WORK INSTRUCTIONS> Nothing but a full, exact copy of the data is needed.

▼

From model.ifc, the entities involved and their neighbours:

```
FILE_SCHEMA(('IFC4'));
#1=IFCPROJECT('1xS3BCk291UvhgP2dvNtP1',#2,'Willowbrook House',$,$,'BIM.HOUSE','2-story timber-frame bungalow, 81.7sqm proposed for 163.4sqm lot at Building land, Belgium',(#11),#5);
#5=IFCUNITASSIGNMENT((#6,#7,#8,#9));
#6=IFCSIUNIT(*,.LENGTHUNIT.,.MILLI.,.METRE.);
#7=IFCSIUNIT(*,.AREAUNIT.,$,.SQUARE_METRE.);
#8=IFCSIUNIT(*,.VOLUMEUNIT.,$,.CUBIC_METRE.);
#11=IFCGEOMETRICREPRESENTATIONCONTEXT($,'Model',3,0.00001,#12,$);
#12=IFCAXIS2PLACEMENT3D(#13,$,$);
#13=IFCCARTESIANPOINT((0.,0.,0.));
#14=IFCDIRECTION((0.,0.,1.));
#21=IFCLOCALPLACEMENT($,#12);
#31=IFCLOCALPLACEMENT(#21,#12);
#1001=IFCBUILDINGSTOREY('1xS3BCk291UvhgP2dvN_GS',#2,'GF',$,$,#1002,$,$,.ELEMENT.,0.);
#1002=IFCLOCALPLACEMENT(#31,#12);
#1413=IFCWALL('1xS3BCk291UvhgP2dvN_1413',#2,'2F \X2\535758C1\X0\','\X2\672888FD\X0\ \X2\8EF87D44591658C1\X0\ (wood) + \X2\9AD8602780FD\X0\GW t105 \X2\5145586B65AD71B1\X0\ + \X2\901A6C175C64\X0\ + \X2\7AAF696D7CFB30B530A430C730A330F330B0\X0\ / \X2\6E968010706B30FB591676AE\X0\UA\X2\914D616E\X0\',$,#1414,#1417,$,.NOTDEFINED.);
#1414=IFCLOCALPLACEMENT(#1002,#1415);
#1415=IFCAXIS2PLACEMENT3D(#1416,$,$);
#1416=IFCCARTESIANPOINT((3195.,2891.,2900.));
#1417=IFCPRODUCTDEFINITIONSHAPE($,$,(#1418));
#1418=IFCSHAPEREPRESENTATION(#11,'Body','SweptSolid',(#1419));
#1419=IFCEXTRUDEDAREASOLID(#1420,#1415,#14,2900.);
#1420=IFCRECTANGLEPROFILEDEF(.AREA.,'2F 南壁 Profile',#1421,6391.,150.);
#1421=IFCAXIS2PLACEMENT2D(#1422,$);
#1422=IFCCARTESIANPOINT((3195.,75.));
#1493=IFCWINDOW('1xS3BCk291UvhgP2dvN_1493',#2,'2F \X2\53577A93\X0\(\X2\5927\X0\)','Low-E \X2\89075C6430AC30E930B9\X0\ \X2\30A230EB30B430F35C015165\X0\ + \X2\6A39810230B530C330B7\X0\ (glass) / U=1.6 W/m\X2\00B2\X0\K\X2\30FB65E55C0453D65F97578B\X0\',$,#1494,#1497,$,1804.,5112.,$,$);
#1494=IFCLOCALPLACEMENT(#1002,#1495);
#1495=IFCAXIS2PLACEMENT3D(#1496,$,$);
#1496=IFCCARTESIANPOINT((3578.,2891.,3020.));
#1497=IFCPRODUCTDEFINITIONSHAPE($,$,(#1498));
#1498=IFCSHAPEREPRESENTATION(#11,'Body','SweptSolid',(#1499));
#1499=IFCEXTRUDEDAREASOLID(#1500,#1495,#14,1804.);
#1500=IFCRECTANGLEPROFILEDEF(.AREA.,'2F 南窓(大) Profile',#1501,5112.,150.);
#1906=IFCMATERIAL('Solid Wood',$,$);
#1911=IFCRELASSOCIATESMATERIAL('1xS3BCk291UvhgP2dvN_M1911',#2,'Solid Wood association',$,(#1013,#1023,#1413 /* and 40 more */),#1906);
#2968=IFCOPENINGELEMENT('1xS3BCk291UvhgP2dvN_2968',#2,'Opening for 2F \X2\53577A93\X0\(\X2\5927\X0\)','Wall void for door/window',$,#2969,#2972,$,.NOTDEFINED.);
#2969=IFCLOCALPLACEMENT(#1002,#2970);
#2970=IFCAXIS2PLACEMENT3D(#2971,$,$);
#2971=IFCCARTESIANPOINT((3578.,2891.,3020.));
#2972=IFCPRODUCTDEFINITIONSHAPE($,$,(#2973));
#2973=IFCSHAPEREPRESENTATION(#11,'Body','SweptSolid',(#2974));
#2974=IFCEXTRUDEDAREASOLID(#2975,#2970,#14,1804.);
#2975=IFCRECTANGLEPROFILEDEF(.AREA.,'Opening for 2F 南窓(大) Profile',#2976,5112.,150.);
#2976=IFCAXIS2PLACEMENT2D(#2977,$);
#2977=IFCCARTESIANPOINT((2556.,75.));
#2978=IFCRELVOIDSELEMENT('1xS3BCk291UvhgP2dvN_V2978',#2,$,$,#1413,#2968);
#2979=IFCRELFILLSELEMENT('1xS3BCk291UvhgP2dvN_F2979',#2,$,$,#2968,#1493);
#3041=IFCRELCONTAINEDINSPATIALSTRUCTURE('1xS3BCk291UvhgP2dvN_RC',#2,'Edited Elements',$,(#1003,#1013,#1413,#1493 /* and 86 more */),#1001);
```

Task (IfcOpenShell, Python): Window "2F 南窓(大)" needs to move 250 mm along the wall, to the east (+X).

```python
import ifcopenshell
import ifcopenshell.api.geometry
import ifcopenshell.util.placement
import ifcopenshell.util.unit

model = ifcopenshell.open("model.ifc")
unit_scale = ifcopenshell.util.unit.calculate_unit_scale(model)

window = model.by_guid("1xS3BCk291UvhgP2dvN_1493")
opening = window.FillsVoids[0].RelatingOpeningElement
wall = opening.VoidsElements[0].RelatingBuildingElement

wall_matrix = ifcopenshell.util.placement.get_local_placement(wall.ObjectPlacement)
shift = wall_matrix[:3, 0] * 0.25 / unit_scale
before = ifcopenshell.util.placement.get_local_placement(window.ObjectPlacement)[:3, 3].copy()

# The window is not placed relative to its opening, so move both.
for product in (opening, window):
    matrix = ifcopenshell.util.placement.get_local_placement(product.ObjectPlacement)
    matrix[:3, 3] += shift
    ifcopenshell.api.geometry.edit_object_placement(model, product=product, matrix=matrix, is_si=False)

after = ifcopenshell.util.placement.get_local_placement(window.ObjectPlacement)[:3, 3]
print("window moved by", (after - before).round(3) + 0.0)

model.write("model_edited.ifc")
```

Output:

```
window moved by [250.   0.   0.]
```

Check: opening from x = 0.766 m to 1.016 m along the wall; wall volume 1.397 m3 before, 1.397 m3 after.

▲

PROBLEM SOLUTION>
From model.ifc, the entities involved and their neighbours:

```
FILE_SCHEMA(('IFC4'));
#1=IFCPROJECT('1xS3BCk291UvhgP2dvNtP1',#2,'Willowbrook House',$,$,'BIM.HOUSE','2-story timber-frame bungalow, 81.7sqm proposed for 163.4sqm lot at Building land, Belgium',(#11),#5);
#5=IFCUNITASSIGNMENT((#6,#7,#8,#9));
#6=IFCSIUNIT(*,.LENGTHUNIT.,.MILLI.,.METRE.);
#7=IFCSIUNIT(*,.AREAUNIT.,$,.SQUARE_METRE.);
#8=IFCSIUNIT(*,.VOLUMEUNIT.,$,.CUBIC_METRE.);
#11=IFCGEOMETRICREPRESENTATIONCONTEXT($,'Model',3,0.00001,#12,$);
#12=IFCAXIS2PLACEMENT3D(#13,$,$);
#13=IFCCARTESIANPOINT((0.,0.,0.));
#14=IFCDIRECTION((0.,0.,1.));
#21=IFCLOCALPLACEMENT($,#12);
#31=IFCLOCALPLACEMENT(#21,#12);
#1001=IFCBUILDINGSTOREY('1xS3BCk291UvhgP2dvN_GS',#2,'GF',$,$,#1002,$,$,.ELEMENT.,0.);
#1002=IFCLOCALPLACEMENT(#31,#12);
#1413=IFCWALL('1xS3BCk291UvhgP2dvN_1413',#2,'2F \X2\535758C1\X0\','\X2\672888FD\X0\ \X2\8EF87D44591658C1\X0\ (wood) + \X2\9AD8602780FD\X0\GW t105 \X2\5145586B65AD71B1\X0\ + \X2\901A6C175C64\X0\ + \X2\7AAF696D7CFB30B530A430C730A330F330B0\X0\ / \X2\6E968010706B30FB591676AE\X0\UA\X2\914D616E\X0\',$,#1414,#1417,$,.NOTDEFINED.);
#1414=IFCLOCALPLACEMENT(#1002,#1415);
#1415=IFCAXIS2PLACEMENT3D(#1416,$,$);
#1416=IFCCARTESIANPOINT((3195.,2891.,2900.));
#1417=IFCPRODUCTDEFINITIONSHAPE($,$,(#1418));
#1418=IFCSHAPEREPRESENTATION(#11,'Body','SweptSolid',(#1419));
#1419=IFCEXTRUDEDAREASOLID(#1420,#1415,#14,2900.);
#1420=IFCRECTANGLEPROFILEDEF(.AREA.,'2F 南壁 Profile',#1421,6391.,150.);
#1421=IFCAXIS2PLACEMENT2D(#1422,$);
#1422=IFCCARTESIANPOINT((3195.,75.));
#1493=IFCWINDOW('1xS3BCk291UvhgP2dvN_1493',#2,'2F \X2\53577A93\X0\(\X2\5927\X0\)','Low-E \X2\89075C6430AC30E930B9\X0\ \X2\30A230EB30B430F35C015165\X0\ + \X2\6A39810230B530C330B7\X0\ (glass) / U=1.6 W/m\X2\00B2\X0\K\X2\30FB65E55C0453D65F97578B\X0\',$,#1494,#1497,$,1804.,5112.,$,$);
#1494=IFCLOCALPLACEMENT(#1002,#1495);
#1495=IFCAXIS2PLACEMENT3D(#1496,$,$);
#1496=IFCCARTESIANPOINT((3578.,2891.,3020.));
#1497=IFCPRODUCTDEFINITIONSHAPE($,$,(#1498));
#1498=IFCSHAPEREPRESENTATION(#11,'Body','SweptSolid',(#1499));
#1499=IFCEXTRUDEDAREASOLID(#1500,#1495,#14,1804.);
#1500=IFCRECTANGLEPROFILEDEF(.AREA.,'2F 南窓(大) Profile',#1501,5112.,150.);
#1906=IFCMATERIAL('Solid Wood',$,$);
#1911=IFCRELASSOCIATESMATERIAL('1xS3BCk291UvhgP2dvN_M1911',#2,'Solid Wood association',$,(#1013,#1023,#1413 /* and 40 more */),#1906);
#2968=IFCOPENINGELEMENT('1xS3BCk291UvhgP2dvN_2968',#2,'Opening for 2F \X2\53577A93\X0\(\X2\5927\X0\)','Wall void for door/window',$,#2969,#2972,$,.NOTDEFINED.);
#2969=IFCLOCALPLACEMENT(#1002,#2970);
#2970=IFCAXIS2PLACEMENT3D(#2971,$,$);
#2971=IFCCARTESIANPOINT((3578.,2891.,3020.));
#2972=IFCPRODUCTDEFINITIONSHAPE($,$,(#2973));
#2973=IFCSHAPEREPRESENTATION(#11,'Body','SweptSolid',(#2974));
#2974=IFCEXTRUDEDAREASOLID(#2975,#2970,#14,1804.);
#2975=IFCRECTANGLEPROFILEDEF(.AREA.,'Opening for 2F 南窓(大) Profile',#2976,5112.,150.);
#2976=IFCAXIS2PLACEMENT2D(#2977,$);
#2977=IFCCARTESIANPOINT((2556.,75.));
#2978=IFCRELVOIDSELEMENT('1xS3BCk291UvhgP2dvN_V2978',#2,$,$,#1413,#2968);
#2979=IFCRELFILLSELEMENT('1xS3BCk291UvhgP2dvN_F2979',#2,$,$,#2968,#1493);
#3041=IFCRELCONTAINEDINSPATIALSTRUCTURE('1xS3BCk291UvhgP2dvN_RC',#2,'Edited Elements',$,(#1003,#1013,#1413,#1493 /* and 86 more */),#1001);
```

Task (IfcOpenShell, Python): Window "2F 南窓(大)" needs to move 250 mm along the wall, to the east (+X).

```python
import ifcopenshell
import ifcopenshell.api.geometry
import ifcopenshell.util.placement
import ifcopenshell.util.unit

model = ifcopenshell.open("model.ifc")
unit_scale = ifcopenshell.util.unit.calculate_unit_scale(model)

window = model.by_guid("1xS3BCk291UvhgP2dvN_1493")
opening = window.FillsVoids[0].RelatingOpeningElement
wall = opening.VoidsElements[0].RelatingBuildingElement

wall_matrix = ifcopenshell.util.placement.get_local_placement(wall.ObjectPlacement)
shift = wall_matrix[:3, 0] * 0.25 / unit_scale
before = ifcopenshell.util.placement.get_local_placement(window.ObjectPlacement)[:3, 3].copy()

# The window is not placed relative to its opening, so move both.
for product in (opening, window):
    matrix = ifcopenshell.util.placement.get_local_placement(product.ObjectPlacement)
    matrix[:3, 3] += shift
    ifcopenshell.api.geometry.edit_object_placement(model, product=product, matrix=matrix, is_si=False)

after = ifcopenshell.util.placement.get_local_placement(window.ObjectPlacement)[:3, 3]
print("window moved by", (after - before).round(3) + 0.0)

model.write("model_edited.ifc")
```

Output:

```
window moved by [250.   0.   0.]
```

Check: opening from x = 0.766 m to 1.016 m along the wall; wall volume 1.397 m3 before, 1.397 m3 after.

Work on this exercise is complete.